On 2013/06/13 20:01, Remy Nonnenmacher wrote:
>
> On 06/13/13 13:32, Mark Felder wrote:
>> On Wed, 12 Jun 2013 17:58:49 -0500, David O'Brien <obrien@freebsd.org>
>> wrote:
>>
>>> We found FreeBSD 8.4 to perform better than FreeBSD 9.1, and Linux
>>> considerably better than both on the same machine.
>>
>> http://svnweb.freebsd.org/base?view=revision&revision=241246
>>
>> The above link is likely why 8.4 is better than 9.1 on the same machine.
>>
>>> We've tried various things and haven't been able to explain why FreeBSD
>>> isn't scaling on the new hardware.  Nor why it performs so much worse
>>> than FreeBSD on the older "M2" machines.
>>
>> The CPUs between those machines are quite different.
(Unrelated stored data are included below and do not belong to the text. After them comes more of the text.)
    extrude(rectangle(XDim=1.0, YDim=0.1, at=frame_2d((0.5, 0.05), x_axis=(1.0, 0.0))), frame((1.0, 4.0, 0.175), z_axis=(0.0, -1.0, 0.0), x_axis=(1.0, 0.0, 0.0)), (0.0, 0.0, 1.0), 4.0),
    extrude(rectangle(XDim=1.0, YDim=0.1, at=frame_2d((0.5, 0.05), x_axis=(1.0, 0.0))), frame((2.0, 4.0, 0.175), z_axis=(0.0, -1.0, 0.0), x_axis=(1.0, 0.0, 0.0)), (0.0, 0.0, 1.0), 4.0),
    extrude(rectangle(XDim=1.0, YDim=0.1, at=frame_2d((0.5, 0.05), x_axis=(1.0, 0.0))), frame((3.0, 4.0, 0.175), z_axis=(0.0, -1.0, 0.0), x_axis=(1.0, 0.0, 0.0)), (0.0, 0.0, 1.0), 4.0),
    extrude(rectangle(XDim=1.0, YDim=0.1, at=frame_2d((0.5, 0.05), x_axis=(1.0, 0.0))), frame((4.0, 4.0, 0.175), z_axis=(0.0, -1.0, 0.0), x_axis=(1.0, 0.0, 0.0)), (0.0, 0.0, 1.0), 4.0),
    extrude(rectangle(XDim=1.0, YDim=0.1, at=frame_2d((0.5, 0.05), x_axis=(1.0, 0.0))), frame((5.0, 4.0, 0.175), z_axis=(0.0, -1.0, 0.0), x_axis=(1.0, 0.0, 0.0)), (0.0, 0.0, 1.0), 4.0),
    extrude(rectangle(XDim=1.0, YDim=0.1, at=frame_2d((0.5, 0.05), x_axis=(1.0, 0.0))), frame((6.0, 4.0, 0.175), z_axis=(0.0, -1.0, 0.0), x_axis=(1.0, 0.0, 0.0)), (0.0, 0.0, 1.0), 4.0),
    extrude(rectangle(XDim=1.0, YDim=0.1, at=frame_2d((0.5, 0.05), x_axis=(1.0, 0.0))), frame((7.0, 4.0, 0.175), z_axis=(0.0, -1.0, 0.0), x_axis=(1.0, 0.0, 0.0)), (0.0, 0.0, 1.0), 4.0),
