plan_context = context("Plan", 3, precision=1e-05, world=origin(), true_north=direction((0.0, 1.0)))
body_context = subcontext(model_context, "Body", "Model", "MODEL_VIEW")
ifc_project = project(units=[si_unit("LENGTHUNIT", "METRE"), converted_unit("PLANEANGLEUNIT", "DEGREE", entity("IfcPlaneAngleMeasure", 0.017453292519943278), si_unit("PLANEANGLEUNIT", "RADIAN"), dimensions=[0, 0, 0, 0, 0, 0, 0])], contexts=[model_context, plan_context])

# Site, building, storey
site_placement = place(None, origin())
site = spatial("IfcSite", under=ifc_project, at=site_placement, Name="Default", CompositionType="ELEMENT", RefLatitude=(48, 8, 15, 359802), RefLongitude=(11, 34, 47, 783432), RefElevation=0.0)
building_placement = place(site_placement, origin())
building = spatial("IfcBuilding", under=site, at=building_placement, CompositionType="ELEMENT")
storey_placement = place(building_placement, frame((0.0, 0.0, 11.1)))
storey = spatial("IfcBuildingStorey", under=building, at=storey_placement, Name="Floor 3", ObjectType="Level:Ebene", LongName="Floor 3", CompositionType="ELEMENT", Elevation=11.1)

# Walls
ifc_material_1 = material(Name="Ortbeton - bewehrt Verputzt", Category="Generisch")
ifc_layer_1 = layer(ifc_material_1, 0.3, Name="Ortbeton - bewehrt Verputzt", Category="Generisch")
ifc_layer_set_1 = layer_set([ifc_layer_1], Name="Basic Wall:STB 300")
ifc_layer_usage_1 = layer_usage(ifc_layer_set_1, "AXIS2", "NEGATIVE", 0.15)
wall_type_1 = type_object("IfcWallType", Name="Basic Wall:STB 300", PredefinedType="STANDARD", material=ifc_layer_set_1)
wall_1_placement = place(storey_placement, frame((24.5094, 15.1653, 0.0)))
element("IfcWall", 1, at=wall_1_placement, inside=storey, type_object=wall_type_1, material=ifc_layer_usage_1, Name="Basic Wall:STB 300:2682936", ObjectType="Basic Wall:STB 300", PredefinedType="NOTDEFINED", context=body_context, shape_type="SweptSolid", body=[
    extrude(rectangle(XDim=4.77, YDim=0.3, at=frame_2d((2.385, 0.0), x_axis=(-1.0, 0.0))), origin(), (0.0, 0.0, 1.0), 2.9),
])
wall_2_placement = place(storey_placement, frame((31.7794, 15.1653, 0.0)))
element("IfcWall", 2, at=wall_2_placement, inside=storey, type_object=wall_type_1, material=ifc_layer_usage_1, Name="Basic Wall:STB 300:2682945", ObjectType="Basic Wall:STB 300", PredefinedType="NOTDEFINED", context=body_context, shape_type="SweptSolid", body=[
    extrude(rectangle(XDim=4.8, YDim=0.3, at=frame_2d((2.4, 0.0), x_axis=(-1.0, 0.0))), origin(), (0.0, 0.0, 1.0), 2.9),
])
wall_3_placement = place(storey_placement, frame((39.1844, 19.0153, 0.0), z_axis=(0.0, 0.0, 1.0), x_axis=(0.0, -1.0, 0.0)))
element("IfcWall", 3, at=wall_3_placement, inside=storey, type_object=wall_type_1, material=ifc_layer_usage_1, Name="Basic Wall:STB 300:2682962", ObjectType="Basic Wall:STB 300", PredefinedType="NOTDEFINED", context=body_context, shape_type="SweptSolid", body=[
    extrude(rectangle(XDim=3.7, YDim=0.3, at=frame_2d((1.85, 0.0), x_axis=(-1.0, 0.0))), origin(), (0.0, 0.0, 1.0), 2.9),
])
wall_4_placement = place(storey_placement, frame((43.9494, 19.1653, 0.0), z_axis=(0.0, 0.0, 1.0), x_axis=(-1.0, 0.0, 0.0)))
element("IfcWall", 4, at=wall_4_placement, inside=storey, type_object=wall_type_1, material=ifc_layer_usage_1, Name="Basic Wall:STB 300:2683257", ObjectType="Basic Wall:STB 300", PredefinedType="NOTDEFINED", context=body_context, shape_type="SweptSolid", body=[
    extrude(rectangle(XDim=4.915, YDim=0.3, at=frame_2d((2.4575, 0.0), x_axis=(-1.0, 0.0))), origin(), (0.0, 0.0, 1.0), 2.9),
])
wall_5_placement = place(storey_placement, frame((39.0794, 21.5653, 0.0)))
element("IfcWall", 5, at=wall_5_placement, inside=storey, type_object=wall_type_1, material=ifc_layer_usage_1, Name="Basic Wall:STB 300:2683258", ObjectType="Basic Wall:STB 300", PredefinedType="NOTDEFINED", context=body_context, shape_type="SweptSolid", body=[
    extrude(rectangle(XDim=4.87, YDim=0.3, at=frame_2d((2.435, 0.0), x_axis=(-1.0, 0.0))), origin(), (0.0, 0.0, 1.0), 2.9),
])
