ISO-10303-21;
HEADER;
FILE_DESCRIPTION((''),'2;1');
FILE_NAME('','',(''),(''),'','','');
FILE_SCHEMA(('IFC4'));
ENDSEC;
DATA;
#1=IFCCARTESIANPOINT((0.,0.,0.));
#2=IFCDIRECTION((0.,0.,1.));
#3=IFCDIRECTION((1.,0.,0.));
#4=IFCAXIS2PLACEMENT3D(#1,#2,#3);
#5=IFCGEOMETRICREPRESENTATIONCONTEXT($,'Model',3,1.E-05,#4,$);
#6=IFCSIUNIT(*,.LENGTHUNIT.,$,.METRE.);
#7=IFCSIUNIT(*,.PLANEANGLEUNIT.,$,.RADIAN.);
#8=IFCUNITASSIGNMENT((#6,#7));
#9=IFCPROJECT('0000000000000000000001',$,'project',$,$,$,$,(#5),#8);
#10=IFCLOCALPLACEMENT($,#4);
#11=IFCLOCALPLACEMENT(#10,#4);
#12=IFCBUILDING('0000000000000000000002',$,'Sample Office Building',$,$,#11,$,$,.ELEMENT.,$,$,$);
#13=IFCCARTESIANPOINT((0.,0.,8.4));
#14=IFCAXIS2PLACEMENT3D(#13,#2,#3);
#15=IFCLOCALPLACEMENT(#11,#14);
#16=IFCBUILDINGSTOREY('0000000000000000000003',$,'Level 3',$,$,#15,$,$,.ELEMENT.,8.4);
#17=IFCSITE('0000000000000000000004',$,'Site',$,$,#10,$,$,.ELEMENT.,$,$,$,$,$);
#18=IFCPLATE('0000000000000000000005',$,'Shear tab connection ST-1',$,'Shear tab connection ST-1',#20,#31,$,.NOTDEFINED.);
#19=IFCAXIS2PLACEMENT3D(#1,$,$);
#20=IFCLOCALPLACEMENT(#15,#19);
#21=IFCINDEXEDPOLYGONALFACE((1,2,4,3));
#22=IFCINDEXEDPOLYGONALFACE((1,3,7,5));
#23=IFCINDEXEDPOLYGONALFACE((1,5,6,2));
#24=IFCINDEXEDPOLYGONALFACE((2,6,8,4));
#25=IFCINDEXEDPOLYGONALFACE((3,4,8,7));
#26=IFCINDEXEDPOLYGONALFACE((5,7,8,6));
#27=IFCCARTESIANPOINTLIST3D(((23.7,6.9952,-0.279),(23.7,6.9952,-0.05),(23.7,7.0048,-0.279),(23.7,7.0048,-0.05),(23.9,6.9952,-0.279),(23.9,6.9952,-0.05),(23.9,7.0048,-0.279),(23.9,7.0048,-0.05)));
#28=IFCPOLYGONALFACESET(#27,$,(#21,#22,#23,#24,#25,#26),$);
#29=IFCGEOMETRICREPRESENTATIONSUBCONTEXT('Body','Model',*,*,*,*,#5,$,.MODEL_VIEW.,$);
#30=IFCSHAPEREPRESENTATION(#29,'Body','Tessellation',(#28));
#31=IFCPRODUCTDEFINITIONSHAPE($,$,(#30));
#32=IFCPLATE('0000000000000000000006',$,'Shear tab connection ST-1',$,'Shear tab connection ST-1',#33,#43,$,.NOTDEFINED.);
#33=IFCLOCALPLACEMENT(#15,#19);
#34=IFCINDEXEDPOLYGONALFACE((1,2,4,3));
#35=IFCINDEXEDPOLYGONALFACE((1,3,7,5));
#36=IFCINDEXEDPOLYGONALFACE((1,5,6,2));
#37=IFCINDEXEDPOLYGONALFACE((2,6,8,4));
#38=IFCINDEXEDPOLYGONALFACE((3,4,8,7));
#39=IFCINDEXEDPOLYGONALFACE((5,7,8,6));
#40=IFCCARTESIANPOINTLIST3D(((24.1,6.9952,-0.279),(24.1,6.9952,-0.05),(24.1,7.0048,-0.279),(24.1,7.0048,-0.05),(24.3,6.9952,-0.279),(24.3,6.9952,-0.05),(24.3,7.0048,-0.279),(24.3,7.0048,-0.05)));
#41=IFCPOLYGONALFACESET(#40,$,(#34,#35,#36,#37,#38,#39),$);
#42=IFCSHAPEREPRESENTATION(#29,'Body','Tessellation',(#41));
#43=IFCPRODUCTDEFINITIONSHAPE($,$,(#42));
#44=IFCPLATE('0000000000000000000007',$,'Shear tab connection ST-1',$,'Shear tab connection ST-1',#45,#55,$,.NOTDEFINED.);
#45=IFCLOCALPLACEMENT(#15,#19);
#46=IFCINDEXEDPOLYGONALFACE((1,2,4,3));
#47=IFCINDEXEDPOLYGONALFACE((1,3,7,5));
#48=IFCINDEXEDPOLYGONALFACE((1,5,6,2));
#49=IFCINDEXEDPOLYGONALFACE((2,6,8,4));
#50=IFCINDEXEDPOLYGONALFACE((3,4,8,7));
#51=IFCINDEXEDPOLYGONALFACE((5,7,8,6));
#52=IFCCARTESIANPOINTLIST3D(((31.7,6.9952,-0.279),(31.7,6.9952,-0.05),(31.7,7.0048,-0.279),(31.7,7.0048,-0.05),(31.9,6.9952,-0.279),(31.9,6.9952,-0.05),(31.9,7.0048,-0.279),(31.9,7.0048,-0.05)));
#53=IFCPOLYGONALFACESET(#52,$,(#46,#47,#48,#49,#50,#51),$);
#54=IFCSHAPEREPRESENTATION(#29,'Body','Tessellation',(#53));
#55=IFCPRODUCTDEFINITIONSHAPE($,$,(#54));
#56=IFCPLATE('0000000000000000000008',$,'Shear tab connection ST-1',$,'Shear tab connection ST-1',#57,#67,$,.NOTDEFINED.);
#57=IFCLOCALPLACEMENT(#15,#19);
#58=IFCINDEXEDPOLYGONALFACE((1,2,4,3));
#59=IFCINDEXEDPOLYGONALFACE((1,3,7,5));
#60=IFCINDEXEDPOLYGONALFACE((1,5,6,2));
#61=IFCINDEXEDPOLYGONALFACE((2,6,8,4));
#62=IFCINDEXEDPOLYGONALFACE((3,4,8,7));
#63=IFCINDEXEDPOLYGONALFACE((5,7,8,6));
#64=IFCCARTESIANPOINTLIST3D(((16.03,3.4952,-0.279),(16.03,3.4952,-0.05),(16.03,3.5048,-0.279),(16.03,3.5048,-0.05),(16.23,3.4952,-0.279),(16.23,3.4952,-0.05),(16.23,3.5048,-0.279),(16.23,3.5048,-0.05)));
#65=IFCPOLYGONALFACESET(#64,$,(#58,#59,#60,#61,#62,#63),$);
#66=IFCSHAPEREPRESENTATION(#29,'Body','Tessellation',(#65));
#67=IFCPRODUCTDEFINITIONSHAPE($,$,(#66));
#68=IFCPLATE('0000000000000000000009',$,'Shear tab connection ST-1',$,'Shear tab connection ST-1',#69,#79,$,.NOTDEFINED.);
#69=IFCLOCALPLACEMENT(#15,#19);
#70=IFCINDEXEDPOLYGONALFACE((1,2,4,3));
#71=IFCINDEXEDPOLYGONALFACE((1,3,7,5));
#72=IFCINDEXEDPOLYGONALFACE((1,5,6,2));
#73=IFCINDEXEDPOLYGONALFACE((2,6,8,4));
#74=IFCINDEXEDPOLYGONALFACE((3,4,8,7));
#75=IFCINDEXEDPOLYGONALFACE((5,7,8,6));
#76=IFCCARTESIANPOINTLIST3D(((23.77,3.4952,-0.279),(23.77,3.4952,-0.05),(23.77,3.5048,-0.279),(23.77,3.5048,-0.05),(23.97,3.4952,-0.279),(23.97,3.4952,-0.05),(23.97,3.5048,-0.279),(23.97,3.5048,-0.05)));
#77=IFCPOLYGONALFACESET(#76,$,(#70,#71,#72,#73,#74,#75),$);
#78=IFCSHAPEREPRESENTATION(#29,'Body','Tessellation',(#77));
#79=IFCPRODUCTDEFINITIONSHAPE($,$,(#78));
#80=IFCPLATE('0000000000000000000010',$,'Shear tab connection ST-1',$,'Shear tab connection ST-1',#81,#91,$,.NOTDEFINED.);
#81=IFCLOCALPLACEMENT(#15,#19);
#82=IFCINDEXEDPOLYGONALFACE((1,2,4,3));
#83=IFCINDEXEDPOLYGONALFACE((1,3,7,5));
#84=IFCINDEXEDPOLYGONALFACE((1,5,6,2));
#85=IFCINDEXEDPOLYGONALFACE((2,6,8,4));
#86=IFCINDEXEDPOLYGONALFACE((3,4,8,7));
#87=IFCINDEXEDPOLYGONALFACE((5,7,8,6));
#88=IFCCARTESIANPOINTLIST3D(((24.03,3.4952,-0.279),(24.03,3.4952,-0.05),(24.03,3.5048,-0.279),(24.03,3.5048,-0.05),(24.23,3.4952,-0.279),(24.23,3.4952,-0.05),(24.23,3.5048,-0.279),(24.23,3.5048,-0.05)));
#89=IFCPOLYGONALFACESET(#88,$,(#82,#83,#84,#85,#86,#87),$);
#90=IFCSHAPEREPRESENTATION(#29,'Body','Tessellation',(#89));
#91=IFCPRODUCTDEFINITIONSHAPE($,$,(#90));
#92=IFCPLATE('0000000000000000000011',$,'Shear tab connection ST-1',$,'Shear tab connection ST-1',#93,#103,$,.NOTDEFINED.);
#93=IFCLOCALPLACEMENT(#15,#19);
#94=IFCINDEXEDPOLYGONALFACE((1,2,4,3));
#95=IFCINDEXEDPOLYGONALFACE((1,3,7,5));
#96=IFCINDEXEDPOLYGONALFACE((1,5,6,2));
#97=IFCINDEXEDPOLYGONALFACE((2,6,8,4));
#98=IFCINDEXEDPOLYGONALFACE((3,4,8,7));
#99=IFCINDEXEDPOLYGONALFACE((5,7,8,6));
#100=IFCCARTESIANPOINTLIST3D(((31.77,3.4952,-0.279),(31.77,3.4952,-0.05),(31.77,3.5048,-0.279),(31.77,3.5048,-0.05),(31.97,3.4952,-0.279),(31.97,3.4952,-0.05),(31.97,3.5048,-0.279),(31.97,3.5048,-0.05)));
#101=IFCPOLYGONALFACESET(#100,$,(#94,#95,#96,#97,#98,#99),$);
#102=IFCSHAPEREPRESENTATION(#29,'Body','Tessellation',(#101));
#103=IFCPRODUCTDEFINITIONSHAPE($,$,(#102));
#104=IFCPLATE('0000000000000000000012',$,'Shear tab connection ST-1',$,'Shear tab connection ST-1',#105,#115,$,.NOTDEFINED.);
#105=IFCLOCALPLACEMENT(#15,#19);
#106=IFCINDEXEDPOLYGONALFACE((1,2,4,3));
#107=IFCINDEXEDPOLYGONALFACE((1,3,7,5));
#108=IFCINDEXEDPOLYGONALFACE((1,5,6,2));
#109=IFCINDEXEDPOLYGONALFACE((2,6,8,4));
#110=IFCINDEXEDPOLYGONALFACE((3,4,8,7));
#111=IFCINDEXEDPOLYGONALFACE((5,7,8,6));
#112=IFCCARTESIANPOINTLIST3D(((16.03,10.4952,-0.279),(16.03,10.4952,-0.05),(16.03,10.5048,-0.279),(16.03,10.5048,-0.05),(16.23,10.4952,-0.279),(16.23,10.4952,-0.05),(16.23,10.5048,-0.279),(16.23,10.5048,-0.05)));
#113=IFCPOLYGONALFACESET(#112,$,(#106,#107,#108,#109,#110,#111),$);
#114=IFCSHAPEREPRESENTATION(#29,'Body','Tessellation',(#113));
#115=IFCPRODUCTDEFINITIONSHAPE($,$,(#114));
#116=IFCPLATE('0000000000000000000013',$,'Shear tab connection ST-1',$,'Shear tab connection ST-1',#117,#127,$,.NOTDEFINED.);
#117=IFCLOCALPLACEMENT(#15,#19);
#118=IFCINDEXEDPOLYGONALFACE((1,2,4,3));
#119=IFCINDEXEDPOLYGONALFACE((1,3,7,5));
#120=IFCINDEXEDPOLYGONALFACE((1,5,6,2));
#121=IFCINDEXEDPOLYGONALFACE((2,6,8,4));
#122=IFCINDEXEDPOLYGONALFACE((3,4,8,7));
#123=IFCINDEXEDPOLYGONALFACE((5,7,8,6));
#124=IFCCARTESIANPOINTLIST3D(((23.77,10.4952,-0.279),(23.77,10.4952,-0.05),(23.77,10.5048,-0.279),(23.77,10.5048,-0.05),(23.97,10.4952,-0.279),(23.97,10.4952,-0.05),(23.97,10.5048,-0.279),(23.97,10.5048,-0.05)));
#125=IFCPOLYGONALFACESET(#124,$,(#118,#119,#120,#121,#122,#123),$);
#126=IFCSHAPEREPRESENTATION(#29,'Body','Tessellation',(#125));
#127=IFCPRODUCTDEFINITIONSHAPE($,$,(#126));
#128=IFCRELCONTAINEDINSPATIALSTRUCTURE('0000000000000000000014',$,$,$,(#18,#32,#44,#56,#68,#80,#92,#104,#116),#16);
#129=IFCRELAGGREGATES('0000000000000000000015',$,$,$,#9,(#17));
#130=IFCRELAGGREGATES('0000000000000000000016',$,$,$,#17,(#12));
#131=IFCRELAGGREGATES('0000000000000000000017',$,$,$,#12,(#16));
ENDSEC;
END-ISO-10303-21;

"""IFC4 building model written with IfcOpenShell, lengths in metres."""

from ifc_helpers import new_model, si_unit, frame, origin_with_axes, place, context, subcontext, project, spatial, rectangle, extrude, element, save


model = new_model("IFC4")

# Units and contexts
model_context = context("Model", 3, precision=1e-05, world=origin_with_axes())
body_context = subcontext(model_context, "Body", "Model", "MODEL_VIEW")
ifc_project = project(units=[si_unit("LENGTHUNIT", "METRE"), si_unit("PLANEANGLEUNIT", "RADIAN")], contexts=[model_context])

# Site, building, storey
site_placement = place(None, origin_with_axes())
site = spatial("IfcSite", under=ifc_project, at=site_placement, Name="Site", CompositionType="ELEMENT")
building_placement = place(site_placement, origin_with_axes())
building = spatial("IfcBuilding", under=site, at=building_placement, Name="Sample Office Building", CompositionType="ELEMENT")
storey_placement = place(building_placement, frame((0.0, 0.0, 8.4), z_axis=(0.0, 0.0, 1.0), x_axis=(1.0, 0.0, 0.0)))
storey = spatial("IfcBuildingStorey", under=building, at=storey_placement, Name="Level 3", CompositionType="ELEMENT", Elevation=8.4)

# Plates
for number, where, z_axis, x_axis, name in (
    (1, (23.8, 7.0, 8.121), (0.0, 0.0, 1.0), (1.0, 0.0, 0.0), "Shear tab connection ST-1"),
    (2, (24.2, 7.0, 8.121), (0.0, 0.0, 1.0), (1.0, 0.0, 0.0), "Shear tab connection ST-1"),
    (3, (31.8, 7.0, 8.121), (0.0, 0.0, 1.0), (1.0, 0.0, 0.0), "Shear tab connection ST-1"),
):
    element("IfcPlate", number, at=place(None, frame(where, z_axis=z_axis, x_axis=x_axis)), inside=storey, Name=name, ObjectType="Shear tab connection ST-1", PredefinedType="NOTDEFINED", context=body_context, shape_type="SweptSolid", body=[
        extrude(rectangle(XDim=0.2, YDim=0.0095), None, (0.0, 0.0, 1.0), 0.229),
    ])
for number, where, z_axis, x_axis, name in (
    (4, (16.13, 3.5, 8.121), (0.0, 0.0, 1.0), (1.0, 0.0, 0.0), "Shear tab connection ST-1"),
    (5, (23.87, 3.5, 8.121), (0.0, 0.0, 1.0), (1.0, 0.0, 0.0), "Shear tab connection ST-1"),
    (6, (24.13, 3.5, 8.121), (0.0, 0.0, 1.0), (1.0, 0.0, 0.0), "Shear tab connection ST-1"),
    (7, (31.87, 3.5, 8.121), (0.0, 0.0, 1.0), (1.0, 0.0, 0.0), "Shear tab connection ST-1"),
):
    element("IfcPlate", number, at=place(None, frame(where, z_axis=z_axis, x_axis=x_axis)), inside=storey, Name=name, ObjectType="Shear tab connection ST-1", PredefinedType="NOTDEFINED", context=body_context, shape_type="SweptSolid", body=[
        extrude(rectangle(XDim=0.2, YDim=0.0095), None, (0.0, 0.0, 1.0), 0.229),
    ])
for number, where, z_axis, x_axis, name in (
    (8, (16.13, 10.5, 8.121), (0.0, 0.0, 1.0), (1.0, 0.0, 0.0), "Shear tab connection ST-1"),
    (9, (23.87, 10.5, 8.121), (0.0, 0.0, 1.0), (1.0, 0.0, 0.0), "Shear tab connection ST-1"),
):
    element("IfcPlate", number, at=place(None, frame(where, z_axis=z_axis, x_axis=x_axis)), inside=storey, Name=name, ObjectType="Shear tab connection ST-1", PredefinedType="NOTDEFINED", context=body_context, shape_type="SweptSolid", body=[
        extrude(rectangle(XDim=0.2, YDim=0.0095), None, (0.0, 0.0, 1.0), 0.229),
    ])

save(model, "model.ifc")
I'm sure we're
>> looking at different cache sizes, different behavior for the
>> hyperthreading, etc. I'm sure others would be greatly interested in you
>> providing the same benchmark results for a recent snapshot of HEAD as
>> well.
>> _______________________________________________
>> freebsd-performance@freebsd.org mailing list
>> http://lists.freebsd.org/mailman/listinfo/freebsd-performance
>> To unsubscribe, send any mail to
>> "freebsd-performance-unsubscribe@freebsd.org"
>
> We had same problem on 4x12 cores (AMD) machines. After investigating
> using hwpmc, it appears that performance was killed by a scheduler
> function trying to find "least used cpu" that unfortunately works on
> contended structures (ie: lots a cores are fighting to get works). A
> solution was found by using artificially long queue of stuck process
> (steal_thresh bumped to over 8) and by cpu affinity crafting.
>
> Was a year ago and from my memory. I guess you may give a try to see if
> it helps.
>
> Disregard is a scheduler specialist contradicts.
>
> Thanks.
>

AMD's cache is very different than Intel, AFAIK eariler than Bulldozer, 
AMD's L3 is exclusive cache, util Bulldozer, AMD describes the L3 cache 
as a “non-inclusive victim cache”, it is still different than Intel 
which is inclusive.

"- In sched_pickcpu() change general logic of CPU selection. First
look for idle CPU, sharing last level cache with previously used one,
skipping SMT CPU groups. If none found, search all CPUs for the least loaded
one, where the thread with its priority can run now. If none found, search
just for the least loaded CPU."

For exclusive cache, the L3 has second-hand data, not hot data, when a 
thread is migrated, will have negative effect, its hot data is lost.
I'd prefer to search idle CPU from L2, then L3.